Heterozygous Carriers (1-2) are not expected to develop signs of Mucopolysaccharidosis (MPS) VII but each of their offspring has a chance of inheriting a disease variant allele. Parents, offspring and relatives should also be tested. 1 = Normal allele; 2 = Variant allele.

1-1 (Homozygous Normal)

Healthy (Normal, Clear)

Homozygous Normals (1-1) are not expected to develop signs of Mucopolysaccharidosis (MPS) VII and none of their offspring will inherit the disease variant allele. 1 = Normal allele; 2 = Variant allele.

References:

Silverstein Dombrowski DC, Carmichael KP, Wang P, O'Malley TM, Haskins ME, Giger U. Mucopolysaccharidosis type VII in a German Shepherd Dog. J Am Vet Med Assoc. 2004 Feb 15;224(4):553-7, 532-3. doi: 10.2460/javma.2004.224.553. PMID: 14989549. Ray J, Haskins ME, Ray K. Molecular diagnostic tests for ascertainment of genotype at the mucopolysaccharidosis type VII locus in dogs. Am J Vet Res. 1998 Sep;59(9):1092-5. PMID: 9736382. Ray J, Bouvet A, DeSanto C, Fyfe JC, Xu D, Wolfe JH, Aguirre GD, Patterson DF, Haskins ME, Henthorn PS. Cloning of the canine beta-glucuronidase cDNA, mutation identification in canine MPS VII, and retroviral vector-mediated correction of MPS VII cells.

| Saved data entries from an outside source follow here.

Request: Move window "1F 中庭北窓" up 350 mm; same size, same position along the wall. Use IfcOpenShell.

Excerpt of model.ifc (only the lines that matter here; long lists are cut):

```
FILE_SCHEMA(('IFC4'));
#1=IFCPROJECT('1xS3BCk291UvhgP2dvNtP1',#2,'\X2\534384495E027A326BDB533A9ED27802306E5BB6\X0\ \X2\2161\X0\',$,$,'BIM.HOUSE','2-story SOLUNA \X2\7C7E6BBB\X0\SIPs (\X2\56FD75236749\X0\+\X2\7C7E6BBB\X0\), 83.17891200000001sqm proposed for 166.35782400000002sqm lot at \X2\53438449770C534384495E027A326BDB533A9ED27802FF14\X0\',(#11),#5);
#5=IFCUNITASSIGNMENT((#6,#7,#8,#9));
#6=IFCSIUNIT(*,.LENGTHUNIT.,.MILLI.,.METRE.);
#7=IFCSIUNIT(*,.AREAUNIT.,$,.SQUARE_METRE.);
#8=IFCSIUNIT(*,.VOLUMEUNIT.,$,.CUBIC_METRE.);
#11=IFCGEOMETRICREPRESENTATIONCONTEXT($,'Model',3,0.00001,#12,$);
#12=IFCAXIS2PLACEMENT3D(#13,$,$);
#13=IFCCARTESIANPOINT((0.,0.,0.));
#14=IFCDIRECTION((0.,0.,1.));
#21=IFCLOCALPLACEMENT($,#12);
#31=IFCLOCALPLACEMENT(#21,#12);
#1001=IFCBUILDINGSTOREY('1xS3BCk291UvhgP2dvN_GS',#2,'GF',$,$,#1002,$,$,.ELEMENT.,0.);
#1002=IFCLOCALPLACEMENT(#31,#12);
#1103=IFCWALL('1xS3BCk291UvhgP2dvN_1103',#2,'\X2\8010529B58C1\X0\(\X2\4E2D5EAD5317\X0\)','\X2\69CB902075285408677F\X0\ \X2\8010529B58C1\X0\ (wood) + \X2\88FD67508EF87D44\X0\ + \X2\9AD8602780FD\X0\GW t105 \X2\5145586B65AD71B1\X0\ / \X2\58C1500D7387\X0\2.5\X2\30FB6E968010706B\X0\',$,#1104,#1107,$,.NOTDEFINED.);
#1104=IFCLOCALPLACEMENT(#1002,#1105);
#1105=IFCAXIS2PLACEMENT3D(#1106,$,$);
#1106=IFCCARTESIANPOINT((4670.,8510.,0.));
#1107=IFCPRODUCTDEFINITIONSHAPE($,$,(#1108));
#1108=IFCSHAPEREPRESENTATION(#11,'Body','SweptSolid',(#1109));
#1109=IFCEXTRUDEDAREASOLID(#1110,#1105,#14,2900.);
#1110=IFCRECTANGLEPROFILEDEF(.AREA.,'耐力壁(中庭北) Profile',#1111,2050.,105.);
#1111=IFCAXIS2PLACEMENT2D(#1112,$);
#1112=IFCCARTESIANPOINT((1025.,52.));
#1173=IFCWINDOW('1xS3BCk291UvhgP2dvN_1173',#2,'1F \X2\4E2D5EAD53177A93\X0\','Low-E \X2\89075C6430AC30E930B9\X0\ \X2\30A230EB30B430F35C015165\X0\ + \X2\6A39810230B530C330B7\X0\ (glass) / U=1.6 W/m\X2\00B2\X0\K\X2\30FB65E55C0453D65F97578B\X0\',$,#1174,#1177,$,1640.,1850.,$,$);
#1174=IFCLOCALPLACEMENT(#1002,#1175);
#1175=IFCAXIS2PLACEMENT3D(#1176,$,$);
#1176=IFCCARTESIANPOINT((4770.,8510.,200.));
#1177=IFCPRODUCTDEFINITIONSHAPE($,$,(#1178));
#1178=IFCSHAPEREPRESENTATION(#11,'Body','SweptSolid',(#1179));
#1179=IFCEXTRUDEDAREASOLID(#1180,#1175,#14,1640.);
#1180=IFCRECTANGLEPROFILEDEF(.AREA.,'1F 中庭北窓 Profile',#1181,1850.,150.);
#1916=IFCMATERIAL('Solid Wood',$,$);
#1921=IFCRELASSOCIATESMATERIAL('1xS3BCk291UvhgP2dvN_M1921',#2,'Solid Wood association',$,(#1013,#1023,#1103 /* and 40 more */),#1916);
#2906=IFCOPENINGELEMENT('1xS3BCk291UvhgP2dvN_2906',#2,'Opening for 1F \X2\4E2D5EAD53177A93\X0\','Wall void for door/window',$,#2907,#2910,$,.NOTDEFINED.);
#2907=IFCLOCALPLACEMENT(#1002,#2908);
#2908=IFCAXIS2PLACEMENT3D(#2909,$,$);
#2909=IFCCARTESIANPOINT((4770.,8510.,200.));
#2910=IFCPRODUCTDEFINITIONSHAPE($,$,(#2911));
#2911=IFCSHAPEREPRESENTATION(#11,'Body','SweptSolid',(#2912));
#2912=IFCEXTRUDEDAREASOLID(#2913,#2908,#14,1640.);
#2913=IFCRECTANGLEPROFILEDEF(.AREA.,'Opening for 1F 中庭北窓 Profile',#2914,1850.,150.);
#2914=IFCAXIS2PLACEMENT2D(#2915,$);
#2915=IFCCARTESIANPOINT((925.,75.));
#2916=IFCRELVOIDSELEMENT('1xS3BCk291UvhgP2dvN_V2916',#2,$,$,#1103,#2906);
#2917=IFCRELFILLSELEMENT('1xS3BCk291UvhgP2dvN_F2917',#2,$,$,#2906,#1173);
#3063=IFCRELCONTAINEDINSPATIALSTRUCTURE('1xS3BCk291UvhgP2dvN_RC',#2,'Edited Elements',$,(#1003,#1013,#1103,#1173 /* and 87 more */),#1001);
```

```python
import numpy as np
import ifcopenshell
import ifcopenshell.api.geometry
import ifcopenshell.util.placement
import ifcopenshell.util.unit

model = ifcopenshell.open("model.ifc")
unit_scale = ifcopenshell.util.unit.calculate_unit_scale(model)

window = model.by_guid("1xS3BCk291UvhgP2dvN_1173")
opening = window.FillsVoids[0].RelatingOpeningElement
dz = 0.35 / unit_scale

shift = np.array([0.0, 0.0, dz])
# The window is not placed relative to its opening, so move both.
for product in (opening, window):
    matrix = ifcopenshell.util.placement.get_local_placement(product.ObjectPlacement)
    matrix[:3, 3] += shift
    ifcopenshell.api.geometry.edit_object_placement(model, product=product, matrix=matrix, is_si=False)

print(f"moved by {dz * unit_scale:+.3f} m")

model.write("model_updated.ifc")
```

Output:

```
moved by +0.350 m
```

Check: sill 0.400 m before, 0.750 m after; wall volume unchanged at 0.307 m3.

Genomics. 1998 Mar 1;48(2):248-53. doi: 10.1006/geno.1997.5189. PMID: 9521879. Haskins ME, Aguirre GD, Jezyk PF, Schuchman EH, Desnick RJ, Patterson DF. Mucopolysaccharidosis type VII (Sly syndrome). Beta-glucuronidase-deficient mucopolysaccharidosis in the dog. Am J Pathol. 1991 Jun;138(6):1553-5. PMID: 1905109; PMCID: PMC1886403. Fyfe JC, Kurzhals RL, Lassaline ME, Henthorn PS, Alur PR, Wang P, Wolfe JH, Giger U, Haskins ME, Patterson DF, Sun H, Jain S, Yuhki N. Molecular basis of feline beta-glucuronidase deficiency: an animal model of mucopolysaccharidosis VII. Genomics. 1999 Jun 1;58(2):121-8. doi: 10.1006/geno.1999.5825. PMID: 10366443.